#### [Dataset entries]
=== Begin Enclosure ===

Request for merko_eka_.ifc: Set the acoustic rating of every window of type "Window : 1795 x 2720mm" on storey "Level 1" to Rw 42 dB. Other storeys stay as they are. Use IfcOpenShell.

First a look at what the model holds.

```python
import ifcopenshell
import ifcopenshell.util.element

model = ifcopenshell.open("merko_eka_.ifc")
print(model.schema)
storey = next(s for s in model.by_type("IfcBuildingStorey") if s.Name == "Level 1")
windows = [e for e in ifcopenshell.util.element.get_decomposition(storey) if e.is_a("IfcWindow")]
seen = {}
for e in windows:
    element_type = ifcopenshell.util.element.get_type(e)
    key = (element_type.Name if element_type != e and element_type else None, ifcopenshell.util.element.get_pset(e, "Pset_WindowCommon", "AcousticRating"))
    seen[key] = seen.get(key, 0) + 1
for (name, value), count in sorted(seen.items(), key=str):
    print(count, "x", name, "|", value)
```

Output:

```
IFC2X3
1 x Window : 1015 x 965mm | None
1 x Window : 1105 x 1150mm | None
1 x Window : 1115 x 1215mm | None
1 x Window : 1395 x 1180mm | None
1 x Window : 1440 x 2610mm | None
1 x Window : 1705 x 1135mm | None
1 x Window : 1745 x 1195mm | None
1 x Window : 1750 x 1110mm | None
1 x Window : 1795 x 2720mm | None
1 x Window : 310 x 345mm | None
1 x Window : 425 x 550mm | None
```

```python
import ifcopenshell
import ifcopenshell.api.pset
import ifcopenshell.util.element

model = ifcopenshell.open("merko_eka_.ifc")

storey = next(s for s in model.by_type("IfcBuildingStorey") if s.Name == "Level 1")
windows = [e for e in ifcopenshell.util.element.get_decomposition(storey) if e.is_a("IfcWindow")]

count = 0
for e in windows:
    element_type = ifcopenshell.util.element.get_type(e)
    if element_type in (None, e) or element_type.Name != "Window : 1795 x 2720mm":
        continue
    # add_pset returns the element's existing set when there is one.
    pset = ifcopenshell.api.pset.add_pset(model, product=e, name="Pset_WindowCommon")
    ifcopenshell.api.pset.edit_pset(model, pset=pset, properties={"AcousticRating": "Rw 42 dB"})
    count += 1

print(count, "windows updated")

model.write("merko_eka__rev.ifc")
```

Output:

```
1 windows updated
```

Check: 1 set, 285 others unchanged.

=== End Enclosure ===
=== Begin Enclosure ===

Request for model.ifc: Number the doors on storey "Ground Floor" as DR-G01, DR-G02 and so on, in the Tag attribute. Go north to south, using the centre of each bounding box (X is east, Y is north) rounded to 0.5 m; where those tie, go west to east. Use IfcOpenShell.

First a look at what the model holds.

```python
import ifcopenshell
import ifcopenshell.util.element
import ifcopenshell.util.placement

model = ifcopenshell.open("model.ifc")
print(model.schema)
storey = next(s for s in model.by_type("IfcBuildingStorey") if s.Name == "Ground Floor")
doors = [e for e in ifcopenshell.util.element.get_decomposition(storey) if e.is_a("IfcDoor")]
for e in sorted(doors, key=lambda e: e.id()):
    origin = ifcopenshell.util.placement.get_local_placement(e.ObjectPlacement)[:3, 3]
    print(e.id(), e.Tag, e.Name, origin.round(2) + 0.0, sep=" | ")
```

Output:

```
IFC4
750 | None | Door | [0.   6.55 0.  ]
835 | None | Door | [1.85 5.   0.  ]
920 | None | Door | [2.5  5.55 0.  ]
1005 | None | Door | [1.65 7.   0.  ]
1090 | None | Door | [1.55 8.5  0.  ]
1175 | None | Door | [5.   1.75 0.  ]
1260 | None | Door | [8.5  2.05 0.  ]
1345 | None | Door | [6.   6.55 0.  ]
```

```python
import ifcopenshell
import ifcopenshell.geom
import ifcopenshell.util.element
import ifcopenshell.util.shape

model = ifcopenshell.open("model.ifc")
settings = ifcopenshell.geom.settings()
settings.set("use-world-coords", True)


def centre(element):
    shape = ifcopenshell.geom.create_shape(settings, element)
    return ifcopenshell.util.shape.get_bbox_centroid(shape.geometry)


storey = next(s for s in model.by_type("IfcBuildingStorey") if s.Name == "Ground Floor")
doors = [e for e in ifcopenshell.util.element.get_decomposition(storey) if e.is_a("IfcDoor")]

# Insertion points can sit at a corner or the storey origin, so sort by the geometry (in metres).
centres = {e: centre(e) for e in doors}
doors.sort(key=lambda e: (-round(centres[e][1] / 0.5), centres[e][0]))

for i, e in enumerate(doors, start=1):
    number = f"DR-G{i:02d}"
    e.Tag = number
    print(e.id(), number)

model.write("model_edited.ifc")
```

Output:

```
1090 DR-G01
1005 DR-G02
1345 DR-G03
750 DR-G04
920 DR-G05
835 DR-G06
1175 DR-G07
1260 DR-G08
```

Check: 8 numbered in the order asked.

=== End Enclosure ===
=== Begin Enclosure ===

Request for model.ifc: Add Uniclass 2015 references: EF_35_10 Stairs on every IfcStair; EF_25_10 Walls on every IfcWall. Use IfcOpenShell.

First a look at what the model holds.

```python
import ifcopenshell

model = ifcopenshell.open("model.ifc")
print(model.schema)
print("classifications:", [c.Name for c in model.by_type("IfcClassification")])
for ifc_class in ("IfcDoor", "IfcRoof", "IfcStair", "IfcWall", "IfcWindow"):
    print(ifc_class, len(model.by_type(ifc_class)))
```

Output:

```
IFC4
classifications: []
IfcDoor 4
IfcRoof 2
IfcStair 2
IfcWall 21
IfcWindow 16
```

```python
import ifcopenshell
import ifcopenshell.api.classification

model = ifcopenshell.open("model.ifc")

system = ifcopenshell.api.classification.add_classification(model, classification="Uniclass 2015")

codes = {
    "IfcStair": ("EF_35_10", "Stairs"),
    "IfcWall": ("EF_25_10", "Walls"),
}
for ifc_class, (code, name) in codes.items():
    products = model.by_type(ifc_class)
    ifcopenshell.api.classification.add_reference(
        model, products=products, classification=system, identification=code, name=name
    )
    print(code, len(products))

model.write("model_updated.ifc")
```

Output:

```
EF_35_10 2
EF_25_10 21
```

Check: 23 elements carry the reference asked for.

=== End Enclosure ===

#### [WHAT TO PRODUCE]
Respond with one number, the count of lines in the data that hold the string "asked".

#### [RESPONSE BOX]
2